* TASK DESCRIPTION
Output only the lines below that start at the line containing "#191=IFCINDEXEDPOLYGONALFACE((21,22,26,25));" and end at the line containing "#204=IFCPRODUCTDEFINITIONSHAPE($,$,(#203));", with both ends kept.

* DATA FOR THE TASK
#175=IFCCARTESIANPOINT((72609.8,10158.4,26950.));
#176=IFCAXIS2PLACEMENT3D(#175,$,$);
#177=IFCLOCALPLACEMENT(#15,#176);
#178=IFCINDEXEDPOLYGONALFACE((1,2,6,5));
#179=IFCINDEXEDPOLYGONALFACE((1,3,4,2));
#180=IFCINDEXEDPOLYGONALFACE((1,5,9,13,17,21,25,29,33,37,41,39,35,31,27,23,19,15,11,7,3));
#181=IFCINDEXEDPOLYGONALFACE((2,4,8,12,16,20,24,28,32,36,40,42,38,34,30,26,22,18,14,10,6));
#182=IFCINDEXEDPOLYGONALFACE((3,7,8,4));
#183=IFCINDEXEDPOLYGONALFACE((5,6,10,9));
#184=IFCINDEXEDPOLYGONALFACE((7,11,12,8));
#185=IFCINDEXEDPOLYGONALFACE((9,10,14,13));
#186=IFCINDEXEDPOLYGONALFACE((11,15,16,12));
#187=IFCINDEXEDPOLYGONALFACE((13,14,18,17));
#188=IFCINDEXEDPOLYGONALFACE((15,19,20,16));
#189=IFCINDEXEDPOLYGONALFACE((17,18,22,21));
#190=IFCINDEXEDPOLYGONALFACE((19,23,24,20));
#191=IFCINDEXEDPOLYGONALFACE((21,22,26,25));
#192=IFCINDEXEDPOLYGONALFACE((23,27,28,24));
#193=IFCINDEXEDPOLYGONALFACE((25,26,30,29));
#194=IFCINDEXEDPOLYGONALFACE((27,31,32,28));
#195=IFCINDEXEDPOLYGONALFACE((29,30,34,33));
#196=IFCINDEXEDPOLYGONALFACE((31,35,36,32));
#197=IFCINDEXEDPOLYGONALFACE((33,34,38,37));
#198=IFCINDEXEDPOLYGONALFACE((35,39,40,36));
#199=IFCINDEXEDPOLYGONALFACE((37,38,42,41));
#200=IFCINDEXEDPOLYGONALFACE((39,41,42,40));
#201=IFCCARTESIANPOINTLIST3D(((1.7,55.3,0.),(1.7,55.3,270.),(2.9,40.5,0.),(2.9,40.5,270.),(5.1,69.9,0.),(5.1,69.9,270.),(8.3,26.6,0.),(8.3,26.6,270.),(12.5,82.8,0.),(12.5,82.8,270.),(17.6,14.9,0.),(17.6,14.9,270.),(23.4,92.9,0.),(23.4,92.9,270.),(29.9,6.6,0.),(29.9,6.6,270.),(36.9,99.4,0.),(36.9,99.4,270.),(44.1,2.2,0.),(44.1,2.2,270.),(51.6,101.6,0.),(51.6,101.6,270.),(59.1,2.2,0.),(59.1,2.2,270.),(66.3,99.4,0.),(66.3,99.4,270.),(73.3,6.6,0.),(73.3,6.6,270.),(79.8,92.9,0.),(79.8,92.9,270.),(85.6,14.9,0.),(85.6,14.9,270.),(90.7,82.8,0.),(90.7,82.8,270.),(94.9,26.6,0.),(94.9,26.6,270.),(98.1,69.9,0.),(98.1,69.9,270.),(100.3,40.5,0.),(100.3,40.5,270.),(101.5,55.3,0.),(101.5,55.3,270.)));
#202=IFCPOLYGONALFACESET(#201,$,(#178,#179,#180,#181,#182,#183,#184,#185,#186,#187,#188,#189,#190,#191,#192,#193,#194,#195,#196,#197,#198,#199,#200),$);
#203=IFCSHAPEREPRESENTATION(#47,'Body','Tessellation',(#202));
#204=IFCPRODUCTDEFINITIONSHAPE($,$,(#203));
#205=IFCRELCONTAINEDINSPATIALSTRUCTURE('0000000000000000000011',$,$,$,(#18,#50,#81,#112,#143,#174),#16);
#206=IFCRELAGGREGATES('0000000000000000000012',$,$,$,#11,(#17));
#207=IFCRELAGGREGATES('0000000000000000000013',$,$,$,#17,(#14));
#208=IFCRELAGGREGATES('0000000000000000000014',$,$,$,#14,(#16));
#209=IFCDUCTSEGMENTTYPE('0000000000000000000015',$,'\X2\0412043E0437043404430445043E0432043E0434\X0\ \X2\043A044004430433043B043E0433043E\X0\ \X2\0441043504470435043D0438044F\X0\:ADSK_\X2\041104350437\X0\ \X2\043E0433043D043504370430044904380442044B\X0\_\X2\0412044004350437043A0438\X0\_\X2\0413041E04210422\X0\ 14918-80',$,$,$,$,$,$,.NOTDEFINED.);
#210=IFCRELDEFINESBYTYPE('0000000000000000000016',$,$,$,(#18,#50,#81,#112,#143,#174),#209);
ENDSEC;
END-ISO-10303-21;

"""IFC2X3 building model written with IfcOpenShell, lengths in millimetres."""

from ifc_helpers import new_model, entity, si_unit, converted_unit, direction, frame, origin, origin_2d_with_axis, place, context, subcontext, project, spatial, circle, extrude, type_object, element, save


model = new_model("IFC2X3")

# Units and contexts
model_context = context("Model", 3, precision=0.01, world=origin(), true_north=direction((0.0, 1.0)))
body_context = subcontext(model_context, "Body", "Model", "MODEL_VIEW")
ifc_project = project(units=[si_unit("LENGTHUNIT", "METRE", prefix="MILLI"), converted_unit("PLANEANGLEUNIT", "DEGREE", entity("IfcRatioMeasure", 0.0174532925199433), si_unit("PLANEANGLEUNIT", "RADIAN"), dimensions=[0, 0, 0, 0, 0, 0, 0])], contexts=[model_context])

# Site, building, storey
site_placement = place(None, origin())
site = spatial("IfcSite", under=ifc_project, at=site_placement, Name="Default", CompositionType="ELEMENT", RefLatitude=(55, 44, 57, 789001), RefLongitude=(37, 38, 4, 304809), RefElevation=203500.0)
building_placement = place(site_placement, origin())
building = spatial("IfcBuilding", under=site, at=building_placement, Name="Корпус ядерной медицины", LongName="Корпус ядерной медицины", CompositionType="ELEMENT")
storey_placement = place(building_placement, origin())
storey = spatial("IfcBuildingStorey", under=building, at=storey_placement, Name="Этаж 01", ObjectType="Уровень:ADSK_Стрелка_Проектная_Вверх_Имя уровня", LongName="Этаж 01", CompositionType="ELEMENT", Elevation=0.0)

* RESULT OF THE EXERCISE
#191=IFCINDEXEDPOLYGONALFACE((21,22,26,25));
#192=IFCINDEXEDPOLYGONALFACE((23,27,28,24));
#193=IFCINDEXEDPOLYGONALFACE((25,26,30,29));
#194=IFCINDEXEDPOLYGONALFACE((27,31,32,28));
#195=IFCINDEXEDPOLYGONALFACE((29,30,34,33));
#196=IFCINDEXEDPOLYGONALFACE((31,35,36,32));
#197=IFCINDEXEDPOLYGONALFACE((33,34,38,37));
#198=IFCINDEXEDPOLYGONALFACE((35,39,40,36));
#199=IFCINDEXEDPOLYGONALFACE((37,38,42,41));
#200=IFCINDEXEDPOLYGONALFACE((39,41,42,40));
#201=IFCCARTESIANPOINTLIST3D(((1.7,55.3,0.),(1.7,55.3,270.),(2.9,40.5,0.),(2.9,40.5,270.),(5.1,69.9,0.),(5.1,69.9,270.),(8.3,26.6,0.),(8.3,26.6,270.),(12.5,82.8,0.),(12.5,82.8,270.),(17.6,14.9,0.),(17.6,14.9,270.),(23.4,92.9,0.),(23.4,92.9,270.),(29.9,6.6,0.),(29.9,6.6,270.),(36.9,99.4,0.),(36.9,99.4,270.),(44.1,2.2,0.),(44.1,2.2,270.),(51.6,101.6,0.),(51.6,101.6,270.),(59.1,2.2,0.),(59.1,2.2,270.),(66.3,99.4,0.),(66.3,99.4,270.),(73.3,6.6,0.),(73.3,6.6,270.),(79.8,92.9,0.),(79.8,92.9,270.),(85.6,14.9,0.),(85.6,14.9,270.),(90.7,82.8,0.),(90.7,82.8,270.),(94.9,26.6,0.),(94.9,26.6,270.),(98.1,69.9,0.),(98.1,69.9,270.),(100.3,40.5,0.),(100.3,40.5,270.),(101.5,55.3,0.),(101.5,55.3,270.)));
#202=IFCPOLYGONALFACESET(#201,$,(#178,#179,#180,#181,#182,#183,#184,#185,#186,#187,#188,#189,#190,#191,#192,#193,#194,#195,#196,#197,#198,#199,#200),$);
#203=IFCSHAPEREPRESENTATION(#47,'Body','Tessellation',(#202));
#204=IFCPRODUCTDEFINITIONSHAPE($,$,(#203));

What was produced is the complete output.